Saved entries:
○ ○ ○

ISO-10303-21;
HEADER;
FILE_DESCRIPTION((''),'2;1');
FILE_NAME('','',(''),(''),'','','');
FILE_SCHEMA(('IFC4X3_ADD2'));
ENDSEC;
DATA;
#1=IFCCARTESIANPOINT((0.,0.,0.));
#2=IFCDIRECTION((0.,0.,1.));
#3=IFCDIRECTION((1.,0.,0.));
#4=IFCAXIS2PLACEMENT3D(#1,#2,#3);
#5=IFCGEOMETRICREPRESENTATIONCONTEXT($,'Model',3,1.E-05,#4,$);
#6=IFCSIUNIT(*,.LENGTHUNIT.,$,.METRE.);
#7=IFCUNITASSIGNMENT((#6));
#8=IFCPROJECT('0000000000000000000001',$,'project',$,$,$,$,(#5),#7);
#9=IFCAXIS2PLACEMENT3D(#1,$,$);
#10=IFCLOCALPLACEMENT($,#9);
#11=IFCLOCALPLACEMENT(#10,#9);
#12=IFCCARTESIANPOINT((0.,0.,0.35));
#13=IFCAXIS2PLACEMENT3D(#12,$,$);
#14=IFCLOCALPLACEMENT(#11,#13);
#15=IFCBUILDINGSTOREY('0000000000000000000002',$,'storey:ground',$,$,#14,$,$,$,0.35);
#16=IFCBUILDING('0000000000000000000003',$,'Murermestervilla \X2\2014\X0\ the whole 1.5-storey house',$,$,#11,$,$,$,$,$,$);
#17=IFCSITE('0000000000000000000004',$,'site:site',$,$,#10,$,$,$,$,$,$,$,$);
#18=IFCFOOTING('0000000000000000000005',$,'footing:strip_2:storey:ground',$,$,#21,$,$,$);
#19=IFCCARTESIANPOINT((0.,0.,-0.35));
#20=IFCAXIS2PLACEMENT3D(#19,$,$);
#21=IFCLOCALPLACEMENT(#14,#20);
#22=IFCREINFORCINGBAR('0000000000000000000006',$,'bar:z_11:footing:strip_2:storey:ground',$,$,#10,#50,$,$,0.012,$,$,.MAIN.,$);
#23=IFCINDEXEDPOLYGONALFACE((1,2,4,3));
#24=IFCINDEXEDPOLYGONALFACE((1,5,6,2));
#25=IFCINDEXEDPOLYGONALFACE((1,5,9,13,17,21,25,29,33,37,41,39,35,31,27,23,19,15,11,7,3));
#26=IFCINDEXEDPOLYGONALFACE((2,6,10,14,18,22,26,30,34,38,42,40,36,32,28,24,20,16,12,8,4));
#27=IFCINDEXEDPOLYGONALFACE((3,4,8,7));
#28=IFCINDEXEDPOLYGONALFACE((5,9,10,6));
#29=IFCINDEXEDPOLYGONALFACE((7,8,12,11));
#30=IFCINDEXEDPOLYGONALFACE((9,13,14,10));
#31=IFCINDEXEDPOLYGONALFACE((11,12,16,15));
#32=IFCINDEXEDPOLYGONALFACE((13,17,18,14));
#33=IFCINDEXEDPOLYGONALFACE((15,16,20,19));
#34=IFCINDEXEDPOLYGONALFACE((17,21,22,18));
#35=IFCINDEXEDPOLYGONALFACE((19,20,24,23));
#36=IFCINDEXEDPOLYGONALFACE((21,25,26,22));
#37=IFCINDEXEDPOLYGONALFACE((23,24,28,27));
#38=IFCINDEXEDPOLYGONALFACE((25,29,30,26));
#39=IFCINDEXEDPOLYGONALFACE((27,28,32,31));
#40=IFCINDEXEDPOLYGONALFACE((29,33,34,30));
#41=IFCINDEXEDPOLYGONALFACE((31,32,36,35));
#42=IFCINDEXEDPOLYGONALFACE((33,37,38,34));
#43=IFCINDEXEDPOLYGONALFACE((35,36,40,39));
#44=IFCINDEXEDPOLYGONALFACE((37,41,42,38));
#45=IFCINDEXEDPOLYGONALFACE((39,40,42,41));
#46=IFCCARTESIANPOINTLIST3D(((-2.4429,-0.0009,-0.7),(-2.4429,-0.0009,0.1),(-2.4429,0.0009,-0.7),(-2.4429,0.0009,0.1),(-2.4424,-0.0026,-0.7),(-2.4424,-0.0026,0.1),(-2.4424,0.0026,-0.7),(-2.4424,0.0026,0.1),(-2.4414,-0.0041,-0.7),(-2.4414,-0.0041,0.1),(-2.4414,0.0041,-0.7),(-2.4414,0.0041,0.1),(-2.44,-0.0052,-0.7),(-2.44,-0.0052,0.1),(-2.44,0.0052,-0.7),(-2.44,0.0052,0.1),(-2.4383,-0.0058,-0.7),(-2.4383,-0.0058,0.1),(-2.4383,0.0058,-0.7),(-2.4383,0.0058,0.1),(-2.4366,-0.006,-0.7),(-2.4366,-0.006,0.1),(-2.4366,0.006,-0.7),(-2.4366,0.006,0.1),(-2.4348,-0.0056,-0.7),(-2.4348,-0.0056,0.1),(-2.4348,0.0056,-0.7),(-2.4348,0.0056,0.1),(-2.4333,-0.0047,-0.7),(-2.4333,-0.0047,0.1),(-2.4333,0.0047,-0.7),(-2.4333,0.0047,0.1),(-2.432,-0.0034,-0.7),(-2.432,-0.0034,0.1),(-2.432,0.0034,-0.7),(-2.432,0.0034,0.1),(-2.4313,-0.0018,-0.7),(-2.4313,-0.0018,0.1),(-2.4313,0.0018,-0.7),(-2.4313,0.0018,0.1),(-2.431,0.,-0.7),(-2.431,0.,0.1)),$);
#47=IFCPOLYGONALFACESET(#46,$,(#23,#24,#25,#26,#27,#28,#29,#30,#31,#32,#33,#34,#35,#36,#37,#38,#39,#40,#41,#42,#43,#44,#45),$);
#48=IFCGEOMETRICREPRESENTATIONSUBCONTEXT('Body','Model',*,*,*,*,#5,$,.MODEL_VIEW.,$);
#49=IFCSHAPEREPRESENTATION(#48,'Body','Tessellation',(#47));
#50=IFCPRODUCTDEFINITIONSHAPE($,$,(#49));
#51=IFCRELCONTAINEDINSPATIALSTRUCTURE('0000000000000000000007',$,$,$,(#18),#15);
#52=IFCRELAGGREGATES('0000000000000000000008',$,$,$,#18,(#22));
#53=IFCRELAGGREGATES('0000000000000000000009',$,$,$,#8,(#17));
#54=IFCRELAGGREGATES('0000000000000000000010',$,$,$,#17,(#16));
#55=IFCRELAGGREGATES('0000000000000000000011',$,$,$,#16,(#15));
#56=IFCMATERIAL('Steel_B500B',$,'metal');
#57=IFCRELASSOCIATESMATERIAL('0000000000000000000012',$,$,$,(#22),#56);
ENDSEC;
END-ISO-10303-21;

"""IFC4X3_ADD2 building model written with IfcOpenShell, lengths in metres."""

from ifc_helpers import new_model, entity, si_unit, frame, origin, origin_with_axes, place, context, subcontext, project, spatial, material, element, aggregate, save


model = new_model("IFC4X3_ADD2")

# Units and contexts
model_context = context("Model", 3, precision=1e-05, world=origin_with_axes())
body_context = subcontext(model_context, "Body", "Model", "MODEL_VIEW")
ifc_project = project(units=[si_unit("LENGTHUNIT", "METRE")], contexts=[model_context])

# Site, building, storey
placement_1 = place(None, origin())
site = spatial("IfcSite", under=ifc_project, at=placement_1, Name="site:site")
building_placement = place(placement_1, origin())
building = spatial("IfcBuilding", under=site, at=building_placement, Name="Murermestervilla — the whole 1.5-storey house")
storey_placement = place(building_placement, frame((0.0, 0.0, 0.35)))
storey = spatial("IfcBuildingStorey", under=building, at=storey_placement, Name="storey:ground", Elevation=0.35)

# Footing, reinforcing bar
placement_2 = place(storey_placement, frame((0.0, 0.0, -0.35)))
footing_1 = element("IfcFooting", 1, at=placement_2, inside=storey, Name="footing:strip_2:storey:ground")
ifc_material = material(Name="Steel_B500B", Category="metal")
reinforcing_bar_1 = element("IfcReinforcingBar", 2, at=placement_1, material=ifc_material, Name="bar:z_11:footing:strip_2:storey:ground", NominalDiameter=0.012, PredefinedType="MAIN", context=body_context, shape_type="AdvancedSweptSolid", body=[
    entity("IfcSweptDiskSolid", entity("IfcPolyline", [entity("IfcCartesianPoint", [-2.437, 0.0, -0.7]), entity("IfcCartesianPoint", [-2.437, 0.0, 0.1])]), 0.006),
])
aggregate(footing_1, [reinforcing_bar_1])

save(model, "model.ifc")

○ ○ ○

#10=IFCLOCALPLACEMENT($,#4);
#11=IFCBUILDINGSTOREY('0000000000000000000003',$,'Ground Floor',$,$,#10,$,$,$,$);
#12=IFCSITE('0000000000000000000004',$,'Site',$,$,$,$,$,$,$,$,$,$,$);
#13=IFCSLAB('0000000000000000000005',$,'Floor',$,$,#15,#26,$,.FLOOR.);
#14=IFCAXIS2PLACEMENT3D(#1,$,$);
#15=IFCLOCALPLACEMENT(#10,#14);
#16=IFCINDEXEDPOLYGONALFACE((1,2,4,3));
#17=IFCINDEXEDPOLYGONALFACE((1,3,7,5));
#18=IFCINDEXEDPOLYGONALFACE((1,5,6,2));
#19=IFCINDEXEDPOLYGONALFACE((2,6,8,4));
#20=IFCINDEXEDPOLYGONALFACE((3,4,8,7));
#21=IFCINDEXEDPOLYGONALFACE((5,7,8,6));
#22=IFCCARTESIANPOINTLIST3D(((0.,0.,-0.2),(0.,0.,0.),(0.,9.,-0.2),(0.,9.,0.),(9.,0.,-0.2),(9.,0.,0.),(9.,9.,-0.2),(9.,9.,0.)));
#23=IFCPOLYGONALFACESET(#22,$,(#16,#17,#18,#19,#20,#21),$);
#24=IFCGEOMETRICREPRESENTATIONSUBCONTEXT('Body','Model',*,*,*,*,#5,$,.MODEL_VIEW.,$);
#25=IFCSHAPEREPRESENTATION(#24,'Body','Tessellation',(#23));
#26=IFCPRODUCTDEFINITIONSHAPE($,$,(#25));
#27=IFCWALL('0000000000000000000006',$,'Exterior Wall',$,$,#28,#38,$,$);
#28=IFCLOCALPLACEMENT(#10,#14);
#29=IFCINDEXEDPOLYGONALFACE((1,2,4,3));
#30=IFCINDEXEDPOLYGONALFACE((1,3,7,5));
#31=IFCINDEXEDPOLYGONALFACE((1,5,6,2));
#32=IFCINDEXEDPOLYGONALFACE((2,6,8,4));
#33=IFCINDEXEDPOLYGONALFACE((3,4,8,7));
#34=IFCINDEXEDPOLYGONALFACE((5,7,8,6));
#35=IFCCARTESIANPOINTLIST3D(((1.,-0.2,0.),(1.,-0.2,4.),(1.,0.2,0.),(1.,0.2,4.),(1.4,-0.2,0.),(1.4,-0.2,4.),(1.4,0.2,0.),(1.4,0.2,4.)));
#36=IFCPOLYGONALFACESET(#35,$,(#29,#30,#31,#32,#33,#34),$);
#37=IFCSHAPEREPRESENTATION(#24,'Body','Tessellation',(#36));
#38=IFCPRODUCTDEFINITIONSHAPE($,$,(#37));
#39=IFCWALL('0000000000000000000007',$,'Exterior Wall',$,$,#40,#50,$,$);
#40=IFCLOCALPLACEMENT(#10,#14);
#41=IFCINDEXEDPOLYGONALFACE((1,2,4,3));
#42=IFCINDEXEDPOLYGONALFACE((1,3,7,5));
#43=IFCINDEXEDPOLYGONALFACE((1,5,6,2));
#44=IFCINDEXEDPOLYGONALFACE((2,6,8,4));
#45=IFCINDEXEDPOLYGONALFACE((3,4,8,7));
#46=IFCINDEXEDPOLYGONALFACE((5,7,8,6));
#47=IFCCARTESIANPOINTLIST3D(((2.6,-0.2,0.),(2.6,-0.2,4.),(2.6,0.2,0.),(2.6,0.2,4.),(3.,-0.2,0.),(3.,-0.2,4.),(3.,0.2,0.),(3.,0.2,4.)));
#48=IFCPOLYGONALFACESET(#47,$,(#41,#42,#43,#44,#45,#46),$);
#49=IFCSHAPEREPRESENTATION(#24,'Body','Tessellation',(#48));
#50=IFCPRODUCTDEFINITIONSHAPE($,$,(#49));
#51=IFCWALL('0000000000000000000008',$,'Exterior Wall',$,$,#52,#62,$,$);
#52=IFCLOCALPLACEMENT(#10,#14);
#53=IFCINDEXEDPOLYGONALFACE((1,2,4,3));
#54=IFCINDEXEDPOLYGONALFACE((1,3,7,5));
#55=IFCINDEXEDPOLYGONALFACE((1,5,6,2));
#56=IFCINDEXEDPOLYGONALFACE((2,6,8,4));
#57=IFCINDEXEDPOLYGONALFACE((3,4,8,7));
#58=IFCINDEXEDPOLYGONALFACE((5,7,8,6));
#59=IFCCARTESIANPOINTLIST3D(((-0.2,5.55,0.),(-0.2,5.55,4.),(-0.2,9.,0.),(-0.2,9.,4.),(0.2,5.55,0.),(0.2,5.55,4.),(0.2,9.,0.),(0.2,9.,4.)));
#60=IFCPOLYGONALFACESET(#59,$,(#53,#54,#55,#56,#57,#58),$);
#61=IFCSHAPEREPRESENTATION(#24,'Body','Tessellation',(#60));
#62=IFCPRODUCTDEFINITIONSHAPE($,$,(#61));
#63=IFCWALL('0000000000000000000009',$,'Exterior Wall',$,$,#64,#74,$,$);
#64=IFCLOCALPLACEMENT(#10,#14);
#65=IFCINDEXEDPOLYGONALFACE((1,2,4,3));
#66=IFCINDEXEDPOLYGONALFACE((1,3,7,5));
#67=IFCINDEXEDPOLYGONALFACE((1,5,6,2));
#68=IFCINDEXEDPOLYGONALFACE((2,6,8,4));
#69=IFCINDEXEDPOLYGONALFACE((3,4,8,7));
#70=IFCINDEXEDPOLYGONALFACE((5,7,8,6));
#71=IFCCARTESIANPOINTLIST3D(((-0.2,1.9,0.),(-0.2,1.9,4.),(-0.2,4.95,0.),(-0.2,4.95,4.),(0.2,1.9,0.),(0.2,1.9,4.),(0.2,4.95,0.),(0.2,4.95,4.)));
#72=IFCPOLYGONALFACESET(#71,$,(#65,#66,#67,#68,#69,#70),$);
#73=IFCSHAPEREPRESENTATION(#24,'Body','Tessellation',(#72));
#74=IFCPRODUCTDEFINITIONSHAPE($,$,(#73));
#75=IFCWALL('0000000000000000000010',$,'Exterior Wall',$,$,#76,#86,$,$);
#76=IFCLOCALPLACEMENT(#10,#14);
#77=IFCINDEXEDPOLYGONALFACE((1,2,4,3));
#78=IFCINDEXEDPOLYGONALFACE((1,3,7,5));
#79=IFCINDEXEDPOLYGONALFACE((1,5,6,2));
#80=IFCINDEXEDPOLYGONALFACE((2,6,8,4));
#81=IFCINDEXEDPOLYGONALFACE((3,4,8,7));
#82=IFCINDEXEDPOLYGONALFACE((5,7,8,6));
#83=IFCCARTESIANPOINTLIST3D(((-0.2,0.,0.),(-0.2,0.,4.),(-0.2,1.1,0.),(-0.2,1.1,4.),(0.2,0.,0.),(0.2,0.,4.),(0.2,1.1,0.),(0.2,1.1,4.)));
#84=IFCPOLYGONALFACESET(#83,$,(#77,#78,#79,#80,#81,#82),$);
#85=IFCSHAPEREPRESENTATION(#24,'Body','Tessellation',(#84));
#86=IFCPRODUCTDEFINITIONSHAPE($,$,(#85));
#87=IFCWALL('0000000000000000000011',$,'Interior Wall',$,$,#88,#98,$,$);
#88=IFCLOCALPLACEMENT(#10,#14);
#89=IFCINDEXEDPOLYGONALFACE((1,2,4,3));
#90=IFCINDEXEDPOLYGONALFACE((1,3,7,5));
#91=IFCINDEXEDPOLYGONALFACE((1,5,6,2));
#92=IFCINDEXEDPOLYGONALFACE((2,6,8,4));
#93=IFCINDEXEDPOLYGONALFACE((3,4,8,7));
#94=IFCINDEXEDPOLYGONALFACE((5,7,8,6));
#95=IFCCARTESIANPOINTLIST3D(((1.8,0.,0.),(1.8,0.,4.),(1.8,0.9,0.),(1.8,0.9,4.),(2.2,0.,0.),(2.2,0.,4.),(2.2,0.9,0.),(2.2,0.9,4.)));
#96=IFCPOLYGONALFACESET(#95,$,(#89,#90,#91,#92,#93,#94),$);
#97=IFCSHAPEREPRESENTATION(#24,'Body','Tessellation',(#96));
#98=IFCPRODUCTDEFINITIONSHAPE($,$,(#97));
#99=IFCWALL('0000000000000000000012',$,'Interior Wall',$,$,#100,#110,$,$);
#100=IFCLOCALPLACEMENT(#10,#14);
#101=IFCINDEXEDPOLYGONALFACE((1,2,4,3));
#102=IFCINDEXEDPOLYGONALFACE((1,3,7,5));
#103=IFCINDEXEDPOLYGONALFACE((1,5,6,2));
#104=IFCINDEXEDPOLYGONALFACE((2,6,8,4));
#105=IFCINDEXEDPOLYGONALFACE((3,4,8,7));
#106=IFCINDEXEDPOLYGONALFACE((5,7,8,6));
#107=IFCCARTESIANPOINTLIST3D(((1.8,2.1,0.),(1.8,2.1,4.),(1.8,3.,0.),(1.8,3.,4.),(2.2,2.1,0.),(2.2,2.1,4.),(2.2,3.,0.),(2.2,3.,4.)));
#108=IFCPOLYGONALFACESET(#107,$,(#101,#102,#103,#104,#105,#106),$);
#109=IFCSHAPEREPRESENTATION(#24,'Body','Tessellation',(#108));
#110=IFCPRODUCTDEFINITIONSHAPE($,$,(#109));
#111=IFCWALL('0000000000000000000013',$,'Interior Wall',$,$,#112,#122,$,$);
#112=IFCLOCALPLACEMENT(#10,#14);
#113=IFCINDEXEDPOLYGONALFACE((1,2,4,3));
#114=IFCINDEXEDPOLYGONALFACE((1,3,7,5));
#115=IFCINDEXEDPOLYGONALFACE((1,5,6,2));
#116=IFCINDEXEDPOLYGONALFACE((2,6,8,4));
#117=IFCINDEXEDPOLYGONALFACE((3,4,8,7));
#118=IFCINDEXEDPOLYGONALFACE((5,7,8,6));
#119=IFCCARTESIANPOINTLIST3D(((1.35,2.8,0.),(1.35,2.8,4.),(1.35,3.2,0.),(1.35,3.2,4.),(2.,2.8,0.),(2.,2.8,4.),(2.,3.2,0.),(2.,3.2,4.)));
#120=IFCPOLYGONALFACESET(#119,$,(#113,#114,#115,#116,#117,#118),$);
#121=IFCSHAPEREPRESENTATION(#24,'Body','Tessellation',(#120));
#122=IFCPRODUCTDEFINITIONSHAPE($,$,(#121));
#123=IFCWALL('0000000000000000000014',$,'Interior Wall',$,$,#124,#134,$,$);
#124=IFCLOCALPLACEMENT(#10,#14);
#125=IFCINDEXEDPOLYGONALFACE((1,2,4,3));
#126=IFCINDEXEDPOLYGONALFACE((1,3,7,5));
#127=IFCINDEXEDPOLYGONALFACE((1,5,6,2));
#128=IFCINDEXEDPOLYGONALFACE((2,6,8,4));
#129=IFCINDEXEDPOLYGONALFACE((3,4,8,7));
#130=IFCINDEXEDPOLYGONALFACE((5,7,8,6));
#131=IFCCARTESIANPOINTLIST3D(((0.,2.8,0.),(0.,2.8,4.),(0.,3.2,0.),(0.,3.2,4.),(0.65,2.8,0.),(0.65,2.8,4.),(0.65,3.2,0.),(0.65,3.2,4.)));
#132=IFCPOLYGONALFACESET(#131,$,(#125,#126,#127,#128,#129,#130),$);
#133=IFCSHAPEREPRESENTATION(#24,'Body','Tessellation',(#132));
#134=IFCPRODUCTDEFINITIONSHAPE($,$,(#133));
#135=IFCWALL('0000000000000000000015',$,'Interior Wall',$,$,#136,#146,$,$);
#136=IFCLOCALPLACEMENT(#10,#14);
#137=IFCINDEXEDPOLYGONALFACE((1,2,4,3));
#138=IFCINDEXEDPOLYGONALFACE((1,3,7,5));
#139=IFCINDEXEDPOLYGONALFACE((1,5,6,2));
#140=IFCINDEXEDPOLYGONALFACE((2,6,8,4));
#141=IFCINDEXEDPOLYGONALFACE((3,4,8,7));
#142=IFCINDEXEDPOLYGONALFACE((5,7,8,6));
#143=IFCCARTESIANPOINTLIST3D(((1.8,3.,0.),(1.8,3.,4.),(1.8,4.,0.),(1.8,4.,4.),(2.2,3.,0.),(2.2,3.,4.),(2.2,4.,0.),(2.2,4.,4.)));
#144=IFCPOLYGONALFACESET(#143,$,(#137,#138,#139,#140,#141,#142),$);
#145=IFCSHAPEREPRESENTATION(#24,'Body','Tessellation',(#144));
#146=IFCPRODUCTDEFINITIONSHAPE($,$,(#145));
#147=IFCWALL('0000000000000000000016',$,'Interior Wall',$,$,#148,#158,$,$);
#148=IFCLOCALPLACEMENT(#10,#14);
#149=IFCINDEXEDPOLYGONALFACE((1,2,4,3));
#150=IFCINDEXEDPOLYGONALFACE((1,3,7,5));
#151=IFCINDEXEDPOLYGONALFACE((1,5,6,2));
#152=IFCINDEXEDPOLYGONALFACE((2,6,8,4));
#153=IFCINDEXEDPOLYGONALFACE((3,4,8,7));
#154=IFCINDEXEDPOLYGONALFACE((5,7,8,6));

○ ○ ○

**WHAT NEEDS TO BE DONE**
Where does the word "Exterior" occur in the data? Copy every line that has it.

**FINAL ANSWER**
#27=IFCWALL('0000000000000000000006',$,'Exterior Wall',$,$,#28,#38,$,$);
#39=IFCWALL('0000000000000000000007',$,'Exterior Wall',$,$,#40,#50,$,$);
#51=IFCWALL('0000000000000000000008',$,'Exterior Wall',$,$,#52,#62,$,$);
#63=IFCWALL('0000000000000000000009',$,'Exterior Wall',$,$,#64,#74,$,$);
#75=IFCWALL('0000000000000000000010',$,'Exterior Wall',$,$,#76,#86,$,$);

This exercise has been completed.